=== BRIEF ===
Look through the lines below for the word "IFCDIRECTION", and copy every line that has it.
===== MATERIALS PROVIDED
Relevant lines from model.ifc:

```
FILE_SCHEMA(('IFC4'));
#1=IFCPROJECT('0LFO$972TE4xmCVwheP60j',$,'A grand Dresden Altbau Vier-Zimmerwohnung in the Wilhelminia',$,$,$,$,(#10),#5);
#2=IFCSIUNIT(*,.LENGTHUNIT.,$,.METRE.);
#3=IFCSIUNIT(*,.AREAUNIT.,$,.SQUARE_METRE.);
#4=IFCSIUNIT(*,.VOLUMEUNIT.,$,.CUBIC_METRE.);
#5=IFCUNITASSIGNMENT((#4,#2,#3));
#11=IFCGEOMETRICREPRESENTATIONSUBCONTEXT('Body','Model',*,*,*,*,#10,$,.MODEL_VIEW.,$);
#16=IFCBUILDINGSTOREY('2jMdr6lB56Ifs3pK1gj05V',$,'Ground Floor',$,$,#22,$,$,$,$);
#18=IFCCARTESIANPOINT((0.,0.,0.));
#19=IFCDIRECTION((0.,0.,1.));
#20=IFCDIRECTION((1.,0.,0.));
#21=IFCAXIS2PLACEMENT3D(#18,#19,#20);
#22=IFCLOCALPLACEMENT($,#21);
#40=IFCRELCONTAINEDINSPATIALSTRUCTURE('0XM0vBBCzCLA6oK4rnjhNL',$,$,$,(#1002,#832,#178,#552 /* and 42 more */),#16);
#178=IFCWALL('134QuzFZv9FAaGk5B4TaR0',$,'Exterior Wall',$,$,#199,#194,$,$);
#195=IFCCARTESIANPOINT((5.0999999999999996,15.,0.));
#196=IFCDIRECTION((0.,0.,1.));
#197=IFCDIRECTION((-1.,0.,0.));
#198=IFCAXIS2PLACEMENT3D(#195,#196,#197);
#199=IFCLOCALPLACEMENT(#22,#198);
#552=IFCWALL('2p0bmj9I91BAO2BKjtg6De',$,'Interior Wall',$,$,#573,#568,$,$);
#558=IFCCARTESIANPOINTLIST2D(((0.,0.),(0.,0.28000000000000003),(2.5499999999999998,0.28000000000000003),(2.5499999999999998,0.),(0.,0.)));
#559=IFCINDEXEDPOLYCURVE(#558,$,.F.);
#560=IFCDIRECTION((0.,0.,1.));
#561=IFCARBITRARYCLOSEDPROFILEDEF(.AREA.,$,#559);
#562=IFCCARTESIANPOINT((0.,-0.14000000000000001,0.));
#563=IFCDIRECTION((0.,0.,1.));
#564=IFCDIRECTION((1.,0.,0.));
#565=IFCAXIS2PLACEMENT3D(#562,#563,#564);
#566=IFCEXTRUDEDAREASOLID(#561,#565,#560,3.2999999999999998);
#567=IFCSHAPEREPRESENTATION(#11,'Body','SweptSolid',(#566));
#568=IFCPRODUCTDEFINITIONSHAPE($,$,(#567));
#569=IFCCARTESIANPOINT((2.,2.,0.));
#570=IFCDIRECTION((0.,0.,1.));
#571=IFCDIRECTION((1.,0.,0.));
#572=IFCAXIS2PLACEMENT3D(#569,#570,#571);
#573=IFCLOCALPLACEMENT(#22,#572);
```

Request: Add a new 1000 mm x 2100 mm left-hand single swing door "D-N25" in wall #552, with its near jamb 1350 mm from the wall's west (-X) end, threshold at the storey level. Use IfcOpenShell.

```python
import numpy as np
import ifcopenshell
import ifcopenshell.api.feature
import ifcopenshell.api.geometry
import ifcopenshell.api.root
import ifcopenshell.api.spatial
import ifcopenshell.geom
import ifcopenshell.util.element
import ifcopenshell.util.placement
import ifcopenshell.util.representation
import ifcopenshell.util.shape
import ifcopenshell.util.unit

model = ifcopenshell.open("model.ifc")
unit_scale = ifcopenshell.util.unit.calculate_unit_scale(model)
settings = ifcopenshell.geom.settings()


def volume(element):
    """Net volume in cubic metres, openings subtracted."""
    shape = ifcopenshell.geom.create_shape(settings, element)
    return ifcopenshell.util.shape.get_volume(shape.geometry)


wall = model.by_id(552)
storey = ifcopenshell.util.element.get_container(wall, ifc_class="IfcBuildingStorey")
context = ifcopenshell.util.representation.get_context(model, "Model", "Body", "MODEL_VIEW")
before = volume(wall)

width, height, from_end, sill = 1, 2.1, 1.35, 0.0  # metres

# The wall runs along its own X axis, and the end named is its -X end.
wall_shape = ifcopenshell.geom.create_shape(settings, wall)
x, y, z = ifcopenshell.util.shape.get_vertices(wall_shape.geometry).T
start = x.min() + from_end
face, thickness = float(y.min()), float(y.max() - y.min())
wall_matrix = ifcopenshell.util.placement.get_local_placement(wall.ObjectPlacement)
level = ifcopenshell.util.placement.get_local_placement(storey.ObjectPlacement)[2, 3]


def in_wall(x, y):
    """Placement at x, y metres in the wall's axes, at sill height."""
    matrix = wall_matrix.copy()
    matrix[:, 3] = wall_matrix @ np.array([x / unit_scale, y / unit_scale, 0.0, 1.0])
    matrix[2, 3] = level + sill / unit_scale
    return matrix


# Opening: a box that overshoots both wall faces by 50 mm.
opening = ifcopenshell.api.root.create_entity(model, ifc_class="IfcOpeningElement", predefined_type="OPENING")
box = ifcopenshell.api.geometry.add_wall_representation(
    model, context=context, length=width, height=height, thickness=thickness + 0.1
)
ifcopenshell.api.geometry.assign_representation(model, product=opening, representation=box)
ifcopenshell.api.geometry.edit_object_placement(model, product=opening, matrix=in_wall(start, face - 0.05), is_si=False)
ifcopenshell.api.feature.add_feature(model, feature=opening, element=wall)

door = ifcopenshell.api.root.create_entity(model, ifc_class="IfcDoor", name="D-N25", predefined_type="DOOR")
door.OverallWidth, door.OverallHeight = width / unit_scale, height / unit_scale
door.OperationType = "SINGLE_SWING_LEFT"
body = ifcopenshell.api.geometry.add_door_representation(
    model,
    context=context,
    overall_width=door.OverallWidth,
    overall_height=door.OverallHeight,
    operation_type="SINGLE_SWING_LEFT",
    lining_properties={"LiningDepth": thickness / unit_scale, "ThresholdDepth": thickness / unit_scale},
)
ifcopenshell.api.geometry.assign_representation(model, product=door, representation=body)
ifcopenshell.api.spatial.assign_container(model, products=[door], relating_structure=storey)
ifcopenshell.api.feature.add_filling(model, opening=opening, element=door)

# The lining spans the wall, so the door starts at the wall face.
ifcopenshell.api.geometry.edit_object_placement(model, product=door, matrix=in_wall(start, face), is_si=False)

after = volume(wall)

print(f"wall volume {before:.3f} -> {after:.3f} m3")

model.write("model-out.ifc")
```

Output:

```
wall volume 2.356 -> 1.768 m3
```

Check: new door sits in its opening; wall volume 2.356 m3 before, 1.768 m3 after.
==========
=== ANSWER TO THIS EXERCISE ===
#19=IFCDIRECTION((0.,0.,1.));
#20=IFCDIRECTION((1.,0.,0.));
#196=IFCDIRECTION((0.,0.,1.));
#197=IFCDIRECTION((-1.,0.,0.));
#560=IFCDIRECTION((0.,0.,1.));
#563=IFCDIRECTION((0.,0.,1.));
#564=IFCDIRECTION((1.,0.,0.));
#570=IFCDIRECTION((0.,0.,1.));
#571=IFCDIRECTION((1.,0.,0.));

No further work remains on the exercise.